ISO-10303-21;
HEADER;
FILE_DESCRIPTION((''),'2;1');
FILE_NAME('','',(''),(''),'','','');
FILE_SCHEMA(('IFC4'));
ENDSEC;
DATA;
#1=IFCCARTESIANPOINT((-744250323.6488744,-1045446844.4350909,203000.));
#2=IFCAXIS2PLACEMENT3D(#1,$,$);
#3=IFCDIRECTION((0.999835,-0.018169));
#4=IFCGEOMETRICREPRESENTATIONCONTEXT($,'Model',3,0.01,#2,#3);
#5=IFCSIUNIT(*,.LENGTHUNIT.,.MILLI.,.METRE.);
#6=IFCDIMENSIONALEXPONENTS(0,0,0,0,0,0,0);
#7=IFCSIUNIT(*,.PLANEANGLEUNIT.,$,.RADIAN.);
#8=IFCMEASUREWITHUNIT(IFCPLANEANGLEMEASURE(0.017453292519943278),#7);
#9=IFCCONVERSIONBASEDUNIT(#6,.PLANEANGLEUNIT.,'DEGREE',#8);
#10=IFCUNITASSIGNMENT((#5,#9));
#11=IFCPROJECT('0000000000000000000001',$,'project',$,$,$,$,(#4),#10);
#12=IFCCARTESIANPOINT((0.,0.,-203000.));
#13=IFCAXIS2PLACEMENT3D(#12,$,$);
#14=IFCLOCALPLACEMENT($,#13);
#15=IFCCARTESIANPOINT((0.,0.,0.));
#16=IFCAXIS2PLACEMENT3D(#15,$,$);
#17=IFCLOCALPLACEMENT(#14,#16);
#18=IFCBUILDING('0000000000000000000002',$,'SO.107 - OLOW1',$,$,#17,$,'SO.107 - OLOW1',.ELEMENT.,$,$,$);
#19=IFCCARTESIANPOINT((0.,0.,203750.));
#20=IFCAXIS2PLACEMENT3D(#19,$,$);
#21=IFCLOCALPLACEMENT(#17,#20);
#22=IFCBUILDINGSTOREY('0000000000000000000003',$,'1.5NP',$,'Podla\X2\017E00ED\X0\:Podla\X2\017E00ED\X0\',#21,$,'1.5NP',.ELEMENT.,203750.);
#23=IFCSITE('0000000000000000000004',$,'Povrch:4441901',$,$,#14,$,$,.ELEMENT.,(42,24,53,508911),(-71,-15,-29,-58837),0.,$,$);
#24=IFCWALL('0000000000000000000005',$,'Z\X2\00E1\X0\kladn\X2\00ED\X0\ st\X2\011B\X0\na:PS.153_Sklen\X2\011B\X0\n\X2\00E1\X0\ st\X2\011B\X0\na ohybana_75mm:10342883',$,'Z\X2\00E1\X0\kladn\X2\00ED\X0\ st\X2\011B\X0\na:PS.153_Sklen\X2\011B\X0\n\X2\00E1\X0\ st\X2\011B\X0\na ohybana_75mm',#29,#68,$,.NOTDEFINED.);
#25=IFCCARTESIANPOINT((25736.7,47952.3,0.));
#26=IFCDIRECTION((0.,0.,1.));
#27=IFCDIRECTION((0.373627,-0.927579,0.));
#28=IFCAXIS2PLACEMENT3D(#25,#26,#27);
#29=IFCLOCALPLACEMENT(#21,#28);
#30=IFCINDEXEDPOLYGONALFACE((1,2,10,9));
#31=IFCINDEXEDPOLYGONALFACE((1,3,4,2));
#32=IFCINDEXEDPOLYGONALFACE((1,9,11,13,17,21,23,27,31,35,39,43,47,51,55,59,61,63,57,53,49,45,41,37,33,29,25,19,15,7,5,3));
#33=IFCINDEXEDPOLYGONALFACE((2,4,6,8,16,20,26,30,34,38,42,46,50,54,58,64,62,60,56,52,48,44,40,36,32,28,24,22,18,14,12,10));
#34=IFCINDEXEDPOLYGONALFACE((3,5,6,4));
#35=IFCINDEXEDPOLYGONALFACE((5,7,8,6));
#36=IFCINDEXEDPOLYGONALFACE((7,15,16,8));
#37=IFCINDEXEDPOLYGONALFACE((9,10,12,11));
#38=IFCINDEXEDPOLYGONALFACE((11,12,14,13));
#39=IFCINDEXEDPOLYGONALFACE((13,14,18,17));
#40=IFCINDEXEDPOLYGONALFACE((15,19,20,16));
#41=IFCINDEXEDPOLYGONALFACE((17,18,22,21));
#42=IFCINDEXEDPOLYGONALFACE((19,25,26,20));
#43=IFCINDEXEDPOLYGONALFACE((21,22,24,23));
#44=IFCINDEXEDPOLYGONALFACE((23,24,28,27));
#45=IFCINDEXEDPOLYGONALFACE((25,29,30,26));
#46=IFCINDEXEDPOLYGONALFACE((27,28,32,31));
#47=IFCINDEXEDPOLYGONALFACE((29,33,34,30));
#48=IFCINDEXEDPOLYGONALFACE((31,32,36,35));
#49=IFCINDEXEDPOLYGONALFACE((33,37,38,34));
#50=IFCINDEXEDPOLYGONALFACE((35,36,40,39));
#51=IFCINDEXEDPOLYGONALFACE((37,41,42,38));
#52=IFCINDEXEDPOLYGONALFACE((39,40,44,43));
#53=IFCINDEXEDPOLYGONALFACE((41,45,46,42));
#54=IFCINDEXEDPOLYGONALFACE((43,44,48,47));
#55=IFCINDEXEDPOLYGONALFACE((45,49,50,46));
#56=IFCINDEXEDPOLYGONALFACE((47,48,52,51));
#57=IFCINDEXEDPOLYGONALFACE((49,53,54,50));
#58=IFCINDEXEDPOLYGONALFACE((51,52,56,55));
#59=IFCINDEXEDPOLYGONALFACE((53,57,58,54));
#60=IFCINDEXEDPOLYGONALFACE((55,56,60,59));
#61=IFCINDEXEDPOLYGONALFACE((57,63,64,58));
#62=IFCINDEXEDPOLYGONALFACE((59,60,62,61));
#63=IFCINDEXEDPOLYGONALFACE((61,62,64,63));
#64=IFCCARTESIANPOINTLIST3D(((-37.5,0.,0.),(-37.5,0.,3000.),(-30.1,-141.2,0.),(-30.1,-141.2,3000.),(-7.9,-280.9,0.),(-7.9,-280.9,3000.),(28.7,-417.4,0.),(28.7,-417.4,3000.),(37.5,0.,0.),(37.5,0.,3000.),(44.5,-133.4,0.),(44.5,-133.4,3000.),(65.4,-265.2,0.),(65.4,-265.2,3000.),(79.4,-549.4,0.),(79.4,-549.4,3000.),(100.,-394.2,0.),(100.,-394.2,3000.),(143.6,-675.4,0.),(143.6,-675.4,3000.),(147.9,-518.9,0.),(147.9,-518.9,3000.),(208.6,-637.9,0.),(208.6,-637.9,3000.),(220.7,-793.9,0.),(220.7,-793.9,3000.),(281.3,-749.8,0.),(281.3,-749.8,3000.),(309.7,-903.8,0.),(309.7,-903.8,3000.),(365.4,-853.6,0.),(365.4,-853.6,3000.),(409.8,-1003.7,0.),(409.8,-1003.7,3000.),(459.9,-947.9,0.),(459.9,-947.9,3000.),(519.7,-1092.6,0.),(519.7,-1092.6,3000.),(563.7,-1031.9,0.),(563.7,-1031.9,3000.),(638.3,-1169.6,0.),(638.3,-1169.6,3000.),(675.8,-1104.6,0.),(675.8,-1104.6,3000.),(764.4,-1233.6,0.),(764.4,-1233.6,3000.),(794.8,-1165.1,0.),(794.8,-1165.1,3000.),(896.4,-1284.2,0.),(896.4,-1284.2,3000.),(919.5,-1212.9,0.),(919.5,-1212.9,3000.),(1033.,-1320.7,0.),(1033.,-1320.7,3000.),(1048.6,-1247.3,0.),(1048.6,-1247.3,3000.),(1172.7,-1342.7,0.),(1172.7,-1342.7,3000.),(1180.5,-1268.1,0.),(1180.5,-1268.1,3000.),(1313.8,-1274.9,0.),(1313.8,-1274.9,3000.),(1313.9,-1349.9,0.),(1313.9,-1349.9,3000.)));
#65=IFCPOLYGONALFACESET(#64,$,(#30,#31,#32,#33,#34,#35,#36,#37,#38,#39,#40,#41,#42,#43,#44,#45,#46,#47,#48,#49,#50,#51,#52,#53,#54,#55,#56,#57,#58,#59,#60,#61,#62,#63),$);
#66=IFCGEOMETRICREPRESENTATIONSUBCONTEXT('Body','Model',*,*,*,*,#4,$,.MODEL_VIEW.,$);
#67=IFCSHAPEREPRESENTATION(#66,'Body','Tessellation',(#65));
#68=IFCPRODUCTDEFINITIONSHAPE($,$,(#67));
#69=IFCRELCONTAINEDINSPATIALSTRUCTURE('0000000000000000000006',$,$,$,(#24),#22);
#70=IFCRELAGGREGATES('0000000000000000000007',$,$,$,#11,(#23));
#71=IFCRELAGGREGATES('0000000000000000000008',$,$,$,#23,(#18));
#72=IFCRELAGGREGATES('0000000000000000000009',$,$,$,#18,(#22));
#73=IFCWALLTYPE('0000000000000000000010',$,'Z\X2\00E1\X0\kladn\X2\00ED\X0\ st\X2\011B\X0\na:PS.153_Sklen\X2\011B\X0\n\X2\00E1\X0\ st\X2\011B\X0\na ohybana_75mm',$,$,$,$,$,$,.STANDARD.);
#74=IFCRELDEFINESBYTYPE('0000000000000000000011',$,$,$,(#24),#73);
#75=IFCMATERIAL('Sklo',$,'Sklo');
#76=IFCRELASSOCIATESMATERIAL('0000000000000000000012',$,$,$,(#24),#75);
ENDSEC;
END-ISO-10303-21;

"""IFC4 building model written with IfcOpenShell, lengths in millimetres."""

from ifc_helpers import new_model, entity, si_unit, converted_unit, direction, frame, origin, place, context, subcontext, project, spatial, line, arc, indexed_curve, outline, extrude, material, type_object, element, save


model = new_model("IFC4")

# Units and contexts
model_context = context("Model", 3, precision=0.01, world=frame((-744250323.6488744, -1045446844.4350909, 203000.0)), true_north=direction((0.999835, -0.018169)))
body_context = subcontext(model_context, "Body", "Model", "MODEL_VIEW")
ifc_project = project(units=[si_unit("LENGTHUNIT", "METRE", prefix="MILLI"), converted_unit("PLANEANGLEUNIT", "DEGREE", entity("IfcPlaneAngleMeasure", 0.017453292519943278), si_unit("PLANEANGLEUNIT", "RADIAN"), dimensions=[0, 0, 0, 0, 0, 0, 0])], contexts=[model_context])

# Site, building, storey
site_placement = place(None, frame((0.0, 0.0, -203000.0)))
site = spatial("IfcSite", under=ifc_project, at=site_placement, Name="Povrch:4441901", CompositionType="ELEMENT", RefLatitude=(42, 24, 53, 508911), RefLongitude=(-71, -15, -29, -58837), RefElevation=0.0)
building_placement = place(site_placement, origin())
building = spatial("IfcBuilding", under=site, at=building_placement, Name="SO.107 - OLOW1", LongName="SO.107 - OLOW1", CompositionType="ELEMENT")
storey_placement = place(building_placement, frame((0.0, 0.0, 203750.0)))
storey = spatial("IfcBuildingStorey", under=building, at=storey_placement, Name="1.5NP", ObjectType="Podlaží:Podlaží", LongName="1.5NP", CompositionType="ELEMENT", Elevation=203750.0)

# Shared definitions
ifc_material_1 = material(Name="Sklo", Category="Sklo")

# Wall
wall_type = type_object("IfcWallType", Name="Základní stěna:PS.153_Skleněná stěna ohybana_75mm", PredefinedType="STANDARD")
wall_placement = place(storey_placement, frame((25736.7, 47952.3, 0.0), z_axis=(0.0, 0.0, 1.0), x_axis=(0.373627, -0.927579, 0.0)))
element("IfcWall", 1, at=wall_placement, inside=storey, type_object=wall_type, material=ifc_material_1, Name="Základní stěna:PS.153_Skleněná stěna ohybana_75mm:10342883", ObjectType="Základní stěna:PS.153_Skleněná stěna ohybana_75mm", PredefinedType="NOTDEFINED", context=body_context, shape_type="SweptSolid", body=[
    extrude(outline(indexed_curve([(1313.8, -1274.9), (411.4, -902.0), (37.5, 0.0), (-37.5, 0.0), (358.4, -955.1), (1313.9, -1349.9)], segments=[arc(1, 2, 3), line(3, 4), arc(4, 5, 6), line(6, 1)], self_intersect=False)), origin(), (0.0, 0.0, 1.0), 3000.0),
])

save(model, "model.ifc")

════════════════

▸ **WHAT IS EXPECTED**
The answer must hold only the lines from the first line of the data through the line bearing "#25=IFCCARTESIANPOINT((25736.7,47952.3,0.));", returned exactly.

▸ **WRITTEN SOLUTION**
ISO-10303-21;
HEADER;
FILE_DESCRIPTION((''),'2;1');
FILE_NAME('','',(''),(''),'','','');
FILE_SCHEMA(('IFC4'));
ENDSEC;
DATA;
#1=IFCCARTESIANPOINT((-744250323.6488744,-1045446844.4350909,203000.));
#2=IFCAXIS2PLACEMENT3D(#1,$,$);
#3=IFCDIRECTION((0.999835,-0.018169));
#4=IFCGEOMETRICREPRESENTATIONCONTEXT($,'Model',3,0.01,#2,#3);
#5=IFCSIUNIT(*,.LENGTHUNIT.,.MILLI.,.METRE.);
#6=IFCDIMENSIONALEXPONENTS(0,0,0,0,0,0,0);
#7=IFCSIUNIT(*,.PLANEANGLEUNIT.,$,.RADIAN.);
#8=IFCMEASUREWITHUNIT(IFCPLANEANGLEMEASURE(0.017453292519943278),#7);
#9=IFCCONVERSIONBASEDUNIT(#6,.PLANEANGLEUNIT.,'DEGREE',#8);
#10=IFCUNITASSIGNMENT((#5,#9));
#11=IFCPROJECT('0000000000000000000001',$,'project',$,$,$,$,(#4),#10);
#12=IFCCARTESIANPOINT((0.,0.,-203000.));
#13=IFCAXIS2PLACEMENT3D(#12,$,$);
#14=IFCLOCALPLACEMENT($,#13);
#15=IFCCARTESIANPOINT((0.,0.,0.));
#16=IFCAXIS2PLACEMENT3D(#15,$,$);
#17=IFCLOCALPLACEMENT(#14,#16);
#18=IFCBUILDING('0000000000000000000002',$,'SO.107 - OLOW1',$,$,#17,$,'SO.107 - OLOW1',.ELEMENT.,$,$,$);
#19=IFCCARTESIANPOINT((0.,0.,203750.));
#20=IFCAXIS2PLACEMENT3D(#19,$,$);
#21=IFCLOCALPLACEMENT(#17,#20);
#22=IFCBUILDINGSTOREY('0000000000000000000003',$,'1.5NP',$,'Podla\X2\017E00ED\X0\:Podla\X2\017E00ED\X0\',#21,$,'1.5NP',.ELEMENT.,203750.);
#23=IFCSITE('0000000000000000000004',$,'Povrch:4441901',$,$,#14,$,$,.ELEMENT.,(42,24,53,508911),(-71,-15,-29,-58837),0.,$,$);
#24=IFCWALL('0000000000000000000005',$,'Z\X2\00E1\X0\kladn\X2\00ED\X0\ st\X2\011B\X0\na:PS.153_Sklen\X2\011B\X0\n\X2\00E1\X0\ st\X2\011B\X0\na ohybana_75mm:10342883',$,'Z\X2\00E1\X0\kladn\X2\00ED\X0\ st\X2\011B\X0\na:PS.153_Sklen\X2\011B\X0\n\X2\00E1\X0\ st\X2\011B\X0\na ohybana_75mm',#29,#68,$,.NOTDEFINED.);
#25=IFCCARTESIANPOINT((25736.7,47952.3,0.));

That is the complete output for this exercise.